As is typical of so many busy and long married couples, they lived to ripe old ages and died a year apart, Philip in 1930 at age 80, and Eva in 1931 at 78. Each had long biographical obits in the local newspapers.
Philip was no slouch himself; a member of the State Bureau of Geology and Mines for 23 years, and president of the American Institute of Mining Engineers in 1917. He served during World War I on the National Research Council. After the war he spent 12 years on the War Materials Relief Commission. North was a member of the Round Table, St Louis Academy of Science and Noonday Club.
He accomplished all of this while engaged in a career that involved 50,000 miles of travel per year throughout North America. Along the way he managed a placer mining operation in Montana, iron companies in Alabama and Kentucky, and a zinc mine in Oklahoma.
Eva’s favorite poems were by Henry Van Dyke, and her favorite of those was entitled “Work.”
Let me but find it in my heart to say, When vagrant wishes beckon me astray, "This is my work; my blessing, not my doom; "Of all who live, I am the one by whom "This work can best be done in the right way."
Their Lafayette Square home still stands
During the Moore’s stay at 1520 Mississippi, the ruinous tornado of 1896 struck South St. Louis. The lovely turret steeple you see today looks flattened, and the north wall is largely missing. The Moores persevered through it, and it’s a tribute to them that they stayed in the neighborhood for another seven years. Others took the cue and their insurance settlements, to leg it west.
The house was originally built as an up and down duplex. Although J.A. Bryan indicated the Moores living there as early as 1892, other records point to original construction of the building in 1895. In either case, by the 1950’s it was a rooming house, and in a disrepair consistent with much of the neighborhood. Paul and Susan Sauer bought the home in 2000 and spent years bringing it back to its Gilded Age style. It holds an enviable spot looking out on Lafayette Park.

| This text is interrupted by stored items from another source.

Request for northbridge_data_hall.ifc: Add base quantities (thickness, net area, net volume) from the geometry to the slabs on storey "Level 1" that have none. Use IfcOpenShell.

First a look at what the model holds.

```python
import ifcopenshell
import ifcopenshell.util.element
import ifcopenshell.util.unit

model = ifcopenshell.open("northbridge_data_hall.ifc")
print(model.schema)
for unit_type in ("LENGTHUNIT", "AREAUNIT", "VOLUMEUNIT"):
    print(unit_type, ifcopenshell.util.unit.calculate_unit_scale(model, unit_type))
storey = next(s for s in model.by_type("IfcBuildingStorey") if s.Name == "Level 1")
slabs = [e for e in ifcopenshell.util.element.get_decomposition(storey) if e.is_a("IfcSlab")]
for e in sorted(slabs, key=lambda e: e.id()):
    print(e.id(), e.is_a(), e.Name, list(ifcopenshell.util.element.get_psets(e, qtos_only=True)), sep=" | ")
```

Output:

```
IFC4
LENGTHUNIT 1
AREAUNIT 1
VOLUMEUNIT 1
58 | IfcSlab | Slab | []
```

```python
import ifcopenshell
import ifcopenshell.api.pset
import ifcopenshell.geom
import ifcopenshell.util.element
import ifcopenshell.util.shape
import ifcopenshell.util.unit

model = ifcopenshell.open("northbridge_data_hall.ifc")
unit_scale = ifcopenshell.util.unit.calculate_unit_scale(model)
area_scale = ifcopenshell.util.unit.calculate_unit_scale(model, "AREAUNIT")
volume_scale = ifcopenshell.util.unit.calculate_unit_scale(model, "VOLUMEUNIT")
settings = ifcopenshell.geom.settings()

storey = next(s for s in model.by_type("IfcBuildingStorey") if s.Name == "Level 1")
slabs = [e for e in ifcopenshell.util.element.get_decomposition(storey) if e.is_a("IfcSlab")]

for e in sorted(slabs, key=lambda e: e.id()):
    if ifcopenshell.util.element.get_psets(e, qtos_only=True, should_inherit=False):
        continue
    # Geometry comes back in metres, in the element's own axes.
    shape = ifcopenshell.geom.create_shape(settings, e)
    values = {
        "Width": ifcopenshell.util.shape.get_z(shape.geometry) / unit_scale,
        "NetArea": ifcopenshell.util.shape.get_footprint_area(shape.geometry) / area_scale,
        "NetVolume": ifcopenshell.util.shape.get_volume(shape.geometry) / volume_scale,
    }
    qto = ifcopenshell.api.pset.add_qto(model, product=e, name="Qto_SlabBaseQuantities")
    ifcopenshell.api.pset.edit_qto(model, qto=qto, properties=values)
    print(e.id(), {k: round(v, 3) for k, v in values.items()})

model.write("northbridge_data_hall-out.ifc")
```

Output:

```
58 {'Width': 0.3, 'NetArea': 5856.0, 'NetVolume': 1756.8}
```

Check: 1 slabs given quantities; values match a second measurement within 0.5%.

The 19th amendment took a lot of uphill pushing to get accomplished. Eva Perry Moore, the most distinguished woman in Lafayette Square, was integral to that. It’s a lot easier today to exercise that empowerment. Please celebrate your vote.
Research Sources:
St Louis Post-Dispatch; January 20,1930; Page 2
St Louis Post-Dispatch; April 29, 1931; Page 3
Eva Perry Moore from Who’s Who of 1914 1915
Wikipedia entry for Eva Perry Moore and for Philip North Moore
A comprehensive history of the St. Louis Provident Association is on the registration form for The National Register of Historic Places. Karen Bode Baxter and Timothy Maloney did some excellent research into the social and medical roles of the association in the 20th century. https://mostateparks.com/sites/mostateparks/files/STL%20Provident%20Assoc%20Bldg.pdf
The poems of Henry Van Dyke can be found at https://www.poemhunter.com/henry-van-dyke/
AIME profile from records for 1917.
Lafayette Square by John Albury Bryan; self-published; 1969.
Thank you for the added info on our home!!! Loved it. I’ll have to share our house history book with you – done in 2002 (?).
I absolutely LOVE that a strong woman like Mrs. Moore was a part of 1520’s history!
Thanks,Susan; Happy to take a look at the book anytime!
Mike,
Nice work. Your output proves the very Van Dyke poem you reference as you are the one by whom this work can best be done in the right way.